News Release

Numbers are just numbers, but how you grasp them fills in details

Presentation may be important to help people measure risks

Peer-Reviewed Publication

University of Oregon

Numeracy Counts

image: Ellen Peters, a courtesy professor at the University of Oregon, has found that a person's ability to grasp numbers has to do with how they are seen and processed. view more 

Credit: University of Oregon

Quickly now, which is a higher risk that you will get a disease: 1 in 100; 1 in 1,000; or 1 in 10? Choosing the correct answer depends on a person's numeracy – the ability to grasp and use math and probability concepts, according to a presentation at the annual meeting of the American Association for the Advancement of Science.

The scenario was part of a series of experiments with University of Oregon students. In this case, 96 percent correctly chose 1 in 10, a 10 percent chance. However, that response came from a more-educated, college-going crowd. The numbers of correct answers fell significantly when put before less educated and older Americans, said Ellen Peters, a UO courtesy professor of psychology and senior research scientist with Decision Research, a non-profit research institute in Eugene, Ore.

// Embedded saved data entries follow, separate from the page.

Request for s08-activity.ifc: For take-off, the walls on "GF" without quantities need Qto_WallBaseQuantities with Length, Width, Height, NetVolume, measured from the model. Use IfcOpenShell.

First a look at what the model holds.

```python
import ifcopenshell
import ifcopenshell.util.element
import ifcopenshell.util.unit

model = ifcopenshell.open("s08-activity.ifc")
print(model.schema)
for unit_type in ("LENGTHUNIT", "AREAUNIT", "VOLUMEUNIT"):
    print(unit_type, ifcopenshell.util.unit.calculate_unit_scale(model, unit_type))
storey = next(s for s in model.by_type("IfcBuildingStorey") if s.Name == "GF")
walls = [e for e in ifcopenshell.util.element.get_decomposition(storey) if e.is_a("IfcWall")]
for e in sorted(walls, key=lambda e: e.id()):
    print(e.id(), e.is_a(), e.Name, list(ifcopenshell.util.element.get_psets(e, qtos_only=True)), sep=" | ")
```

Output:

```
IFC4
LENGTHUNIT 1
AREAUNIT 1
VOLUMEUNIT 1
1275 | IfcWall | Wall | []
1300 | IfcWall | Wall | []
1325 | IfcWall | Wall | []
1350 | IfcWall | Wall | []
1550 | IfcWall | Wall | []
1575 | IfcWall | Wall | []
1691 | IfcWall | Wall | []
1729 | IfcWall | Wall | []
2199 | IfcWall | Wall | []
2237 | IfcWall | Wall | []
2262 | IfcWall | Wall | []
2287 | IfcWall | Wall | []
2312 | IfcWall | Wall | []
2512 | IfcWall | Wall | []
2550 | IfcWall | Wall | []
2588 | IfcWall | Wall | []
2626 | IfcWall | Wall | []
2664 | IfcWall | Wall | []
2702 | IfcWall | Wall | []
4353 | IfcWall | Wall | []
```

```python
import ifcopenshell
import ifcopenshell.api.pset
import ifcopenshell.geom
import ifcopenshell.util.element
import ifcopenshell.util.shape
import ifcopenshell.util.unit

model = ifcopenshell.open("s08-activity.ifc")
unit_scale = ifcopenshell.util.unit.calculate_unit_scale(model)
volume_scale = ifcopenshell.util.unit.calculate_unit_scale(model, "VOLUMEUNIT")
settings = ifcopenshell.geom.settings()

storey = next(s for s in model.by_type("IfcBuildingStorey") if s.Name == "GF")
walls = [e for e in ifcopenshell.util.element.get_decomposition(storey) if e.is_a("IfcWall")]

for e in sorted(walls, key=lambda e: e.id()):
    if ifcopenshell.util.element.get_psets(e, qtos_only=True, should_inherit=False):
        continue
    # Geometry comes back in metres, in the element's own axes.
    shape = ifcopenshell.geom.create_shape(settings, e)
    values = {
        "Length": ifcopenshell.util.shape.get_x(shape.geometry) / unit_scale,
        "Width": ifcopenshell.util.shape.get_y(shape.geometry) / unit_scale,
        "Height": ifcopenshell.util.shape.get_z(shape.geometry) / unit_scale,
        "NetVolume": ifcopenshell.util.shape.get_volume(shape.geometry) / volume_scale,
    }
    qto = ifcopenshell.api.pset.add_qto(model, product=e, name="Qto_WallBaseQuantities")
    ifcopenshell.api.pset.edit_qto(model, qto=qto, properties=values)
    print(e.id(), {k: round(v, 3) for k, v in values.items()})

model.write("s08-activity_rev.ifc")
```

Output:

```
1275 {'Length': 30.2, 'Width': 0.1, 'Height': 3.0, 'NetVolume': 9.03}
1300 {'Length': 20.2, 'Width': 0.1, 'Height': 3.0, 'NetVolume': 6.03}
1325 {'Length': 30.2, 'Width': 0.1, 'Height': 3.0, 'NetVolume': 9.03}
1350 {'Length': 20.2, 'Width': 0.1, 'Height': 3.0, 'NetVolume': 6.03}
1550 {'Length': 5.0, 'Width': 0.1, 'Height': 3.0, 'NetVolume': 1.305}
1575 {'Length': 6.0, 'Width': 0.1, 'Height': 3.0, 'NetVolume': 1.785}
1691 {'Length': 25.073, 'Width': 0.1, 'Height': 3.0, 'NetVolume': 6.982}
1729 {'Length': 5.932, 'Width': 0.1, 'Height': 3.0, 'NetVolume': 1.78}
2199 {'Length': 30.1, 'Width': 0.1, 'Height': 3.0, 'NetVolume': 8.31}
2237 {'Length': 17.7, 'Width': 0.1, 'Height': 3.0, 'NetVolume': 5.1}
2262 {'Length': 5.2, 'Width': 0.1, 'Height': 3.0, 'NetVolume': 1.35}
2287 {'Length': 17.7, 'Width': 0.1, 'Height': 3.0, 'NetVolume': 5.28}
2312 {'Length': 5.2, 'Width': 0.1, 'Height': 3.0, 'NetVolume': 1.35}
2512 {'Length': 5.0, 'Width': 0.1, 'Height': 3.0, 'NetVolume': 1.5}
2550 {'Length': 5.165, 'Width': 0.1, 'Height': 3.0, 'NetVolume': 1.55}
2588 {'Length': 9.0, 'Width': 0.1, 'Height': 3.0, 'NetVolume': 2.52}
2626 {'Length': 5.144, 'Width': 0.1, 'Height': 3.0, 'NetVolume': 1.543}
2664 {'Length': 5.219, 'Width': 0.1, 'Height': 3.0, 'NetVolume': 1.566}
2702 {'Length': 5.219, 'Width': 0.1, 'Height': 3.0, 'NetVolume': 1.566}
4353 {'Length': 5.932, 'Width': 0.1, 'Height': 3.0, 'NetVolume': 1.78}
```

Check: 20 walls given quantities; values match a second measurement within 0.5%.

"It's interesting that many people can't get simple questions like this, but what I'm really interested in is: Does it matter to decision making, such as choosing medical options, picking stock or mutual funds?" Peters said. "It turns out, yes, it does. In risk communication, you can talk about a 1 percent chance of disease or a 1 chance out of 100. Logically, those two presentations are equivalent, but they elicit different risk perceptions depending on your number ability."

To help people better comprehend numbers and assess certain risks, presentation may be vital, Peters said. The National Adult Literacy Survey, she noted, found that 47 percent of Americans don't have minimal math skills necessary to use numbers imbedded in printed materials.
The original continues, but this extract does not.